EXERCISE BRIEF » Scan the data beneath this task and copy each line that includes "SweptSolid".

SUPPLIED MATERIAL »
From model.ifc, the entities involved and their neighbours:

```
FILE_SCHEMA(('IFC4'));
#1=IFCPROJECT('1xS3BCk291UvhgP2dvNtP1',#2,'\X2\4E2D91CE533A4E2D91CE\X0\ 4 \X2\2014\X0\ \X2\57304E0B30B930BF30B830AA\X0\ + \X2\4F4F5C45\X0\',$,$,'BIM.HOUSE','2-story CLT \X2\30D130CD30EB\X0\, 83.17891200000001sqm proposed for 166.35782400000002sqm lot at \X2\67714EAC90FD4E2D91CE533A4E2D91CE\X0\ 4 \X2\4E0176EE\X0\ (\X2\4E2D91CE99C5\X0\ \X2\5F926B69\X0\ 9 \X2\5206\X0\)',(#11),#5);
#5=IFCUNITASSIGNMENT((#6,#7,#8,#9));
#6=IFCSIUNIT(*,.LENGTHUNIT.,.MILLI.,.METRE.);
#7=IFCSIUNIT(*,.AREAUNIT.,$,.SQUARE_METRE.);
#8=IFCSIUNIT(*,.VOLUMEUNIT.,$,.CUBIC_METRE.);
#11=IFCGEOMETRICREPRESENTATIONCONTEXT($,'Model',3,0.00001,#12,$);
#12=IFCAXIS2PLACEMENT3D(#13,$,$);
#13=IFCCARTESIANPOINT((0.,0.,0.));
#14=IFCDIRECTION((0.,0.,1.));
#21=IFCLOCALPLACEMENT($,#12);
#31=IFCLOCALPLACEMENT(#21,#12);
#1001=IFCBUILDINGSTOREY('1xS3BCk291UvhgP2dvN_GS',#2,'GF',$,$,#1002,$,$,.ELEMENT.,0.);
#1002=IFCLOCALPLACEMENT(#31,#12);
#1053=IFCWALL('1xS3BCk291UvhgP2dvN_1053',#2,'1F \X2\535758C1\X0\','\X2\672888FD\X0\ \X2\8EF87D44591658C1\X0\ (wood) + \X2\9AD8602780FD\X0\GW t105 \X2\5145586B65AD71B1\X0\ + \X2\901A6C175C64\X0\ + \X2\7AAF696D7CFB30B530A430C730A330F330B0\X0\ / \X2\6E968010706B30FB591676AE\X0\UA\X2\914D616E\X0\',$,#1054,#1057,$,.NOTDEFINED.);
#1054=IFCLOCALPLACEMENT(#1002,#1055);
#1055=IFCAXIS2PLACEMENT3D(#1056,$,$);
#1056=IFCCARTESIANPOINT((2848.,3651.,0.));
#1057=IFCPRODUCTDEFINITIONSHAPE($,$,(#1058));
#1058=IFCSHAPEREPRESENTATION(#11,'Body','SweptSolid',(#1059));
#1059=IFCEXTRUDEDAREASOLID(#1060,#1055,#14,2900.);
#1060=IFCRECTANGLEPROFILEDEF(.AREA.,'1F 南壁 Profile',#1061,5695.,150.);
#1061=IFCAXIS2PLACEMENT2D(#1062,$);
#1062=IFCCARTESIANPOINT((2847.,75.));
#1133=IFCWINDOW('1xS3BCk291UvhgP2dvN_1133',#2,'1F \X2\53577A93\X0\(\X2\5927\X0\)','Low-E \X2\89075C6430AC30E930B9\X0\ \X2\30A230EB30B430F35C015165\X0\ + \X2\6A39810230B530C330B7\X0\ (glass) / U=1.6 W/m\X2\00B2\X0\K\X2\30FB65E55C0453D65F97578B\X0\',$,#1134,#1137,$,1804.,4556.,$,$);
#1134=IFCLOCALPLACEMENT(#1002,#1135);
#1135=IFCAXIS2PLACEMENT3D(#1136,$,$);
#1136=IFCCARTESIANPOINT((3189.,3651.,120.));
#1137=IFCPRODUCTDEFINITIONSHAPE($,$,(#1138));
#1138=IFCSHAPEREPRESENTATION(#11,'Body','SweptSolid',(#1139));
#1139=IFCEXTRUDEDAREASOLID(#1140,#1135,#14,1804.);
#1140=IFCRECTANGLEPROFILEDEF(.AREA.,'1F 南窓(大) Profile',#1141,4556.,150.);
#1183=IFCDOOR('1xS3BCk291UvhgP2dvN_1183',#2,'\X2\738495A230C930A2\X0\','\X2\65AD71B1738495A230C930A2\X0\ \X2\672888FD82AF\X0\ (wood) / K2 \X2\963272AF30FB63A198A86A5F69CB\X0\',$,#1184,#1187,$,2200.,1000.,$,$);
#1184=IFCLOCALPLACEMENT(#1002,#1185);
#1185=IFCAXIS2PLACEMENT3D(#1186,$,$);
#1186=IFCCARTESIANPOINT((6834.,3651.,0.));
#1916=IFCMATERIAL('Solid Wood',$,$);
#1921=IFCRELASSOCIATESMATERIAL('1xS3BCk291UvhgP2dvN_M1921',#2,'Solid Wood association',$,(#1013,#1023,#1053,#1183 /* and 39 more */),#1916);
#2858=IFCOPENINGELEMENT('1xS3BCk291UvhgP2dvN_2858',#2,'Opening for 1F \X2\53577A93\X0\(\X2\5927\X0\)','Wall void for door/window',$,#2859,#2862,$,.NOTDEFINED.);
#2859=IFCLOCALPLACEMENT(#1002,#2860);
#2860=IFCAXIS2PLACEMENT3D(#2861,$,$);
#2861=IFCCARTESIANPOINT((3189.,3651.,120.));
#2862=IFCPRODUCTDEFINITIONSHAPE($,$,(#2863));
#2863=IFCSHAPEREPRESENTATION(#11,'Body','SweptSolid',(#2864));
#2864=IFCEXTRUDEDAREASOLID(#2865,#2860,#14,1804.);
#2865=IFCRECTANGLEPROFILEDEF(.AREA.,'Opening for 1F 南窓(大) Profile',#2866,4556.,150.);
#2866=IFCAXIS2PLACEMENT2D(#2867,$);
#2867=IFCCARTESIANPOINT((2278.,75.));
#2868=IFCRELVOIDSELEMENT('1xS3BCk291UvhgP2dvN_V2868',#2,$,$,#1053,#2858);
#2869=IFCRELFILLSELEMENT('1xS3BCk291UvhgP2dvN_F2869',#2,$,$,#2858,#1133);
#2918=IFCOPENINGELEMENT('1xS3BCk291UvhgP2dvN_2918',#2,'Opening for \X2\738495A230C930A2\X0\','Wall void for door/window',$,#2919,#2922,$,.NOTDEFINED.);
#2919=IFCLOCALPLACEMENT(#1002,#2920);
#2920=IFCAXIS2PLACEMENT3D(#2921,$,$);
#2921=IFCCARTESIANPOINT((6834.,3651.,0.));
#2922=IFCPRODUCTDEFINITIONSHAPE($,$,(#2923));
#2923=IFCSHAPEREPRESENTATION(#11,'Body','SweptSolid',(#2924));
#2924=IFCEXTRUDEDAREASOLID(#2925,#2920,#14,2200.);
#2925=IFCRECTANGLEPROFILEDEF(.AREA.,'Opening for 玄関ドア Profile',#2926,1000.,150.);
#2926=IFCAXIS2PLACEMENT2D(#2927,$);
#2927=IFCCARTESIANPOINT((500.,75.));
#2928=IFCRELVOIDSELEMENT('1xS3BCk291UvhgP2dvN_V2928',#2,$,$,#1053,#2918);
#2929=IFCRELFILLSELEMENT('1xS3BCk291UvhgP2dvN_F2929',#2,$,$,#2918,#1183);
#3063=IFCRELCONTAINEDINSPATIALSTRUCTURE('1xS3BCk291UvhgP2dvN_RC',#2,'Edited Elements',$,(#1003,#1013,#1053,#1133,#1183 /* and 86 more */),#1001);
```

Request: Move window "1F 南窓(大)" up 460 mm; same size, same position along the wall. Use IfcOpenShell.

```python
import numpy as np
import ifcopenshell
import ifcopenshell.api.geometry
import ifcopenshell.util.placement
import ifcopenshell.util.unit

model = ifcopenshell.open("model.ifc")
unit_scale = ifcopenshell.util.unit.calculate_unit_scale(model)

window = model.by_id(1133)
opening = window.FillsVoids[0].RelatingOpeningElement
dz = 0.46 / unit_scale

shift = np.array([0.0, 0.0, dz])
# The window is not placed relative to its opening, so move both.
for product in (opening, window):
    matrix = ifcopenshell.util.placement.get_local_placement(product.ObjectPlacement)
    matrix[:3, 3] += shift
    ifcopenshell.api.geometry.edit_object_placement(model, product=product, matrix=matrix, is_si=False)

print(f"moved by {dz * unit_scale:+.3f} m")

model.write("model_rev.ifc")
```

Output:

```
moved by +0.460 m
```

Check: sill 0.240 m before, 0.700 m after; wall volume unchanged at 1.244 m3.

SOLUTION FOR THIS TASK »
#1058=IFCSHAPEREPRESENTATION(#11,'Body','SweptSolid',(#1059));
#1138=IFCSHAPEREPRESENTATION(#11,'Body','SweptSolid',(#1139));
#2863=IFCSHAPEREPRESENTATION(#11,'Body','SweptSolid',(#2864));
#2923=IFCSHAPEREPRESENTATION(#11,'Body','SweptSolid',(#2924));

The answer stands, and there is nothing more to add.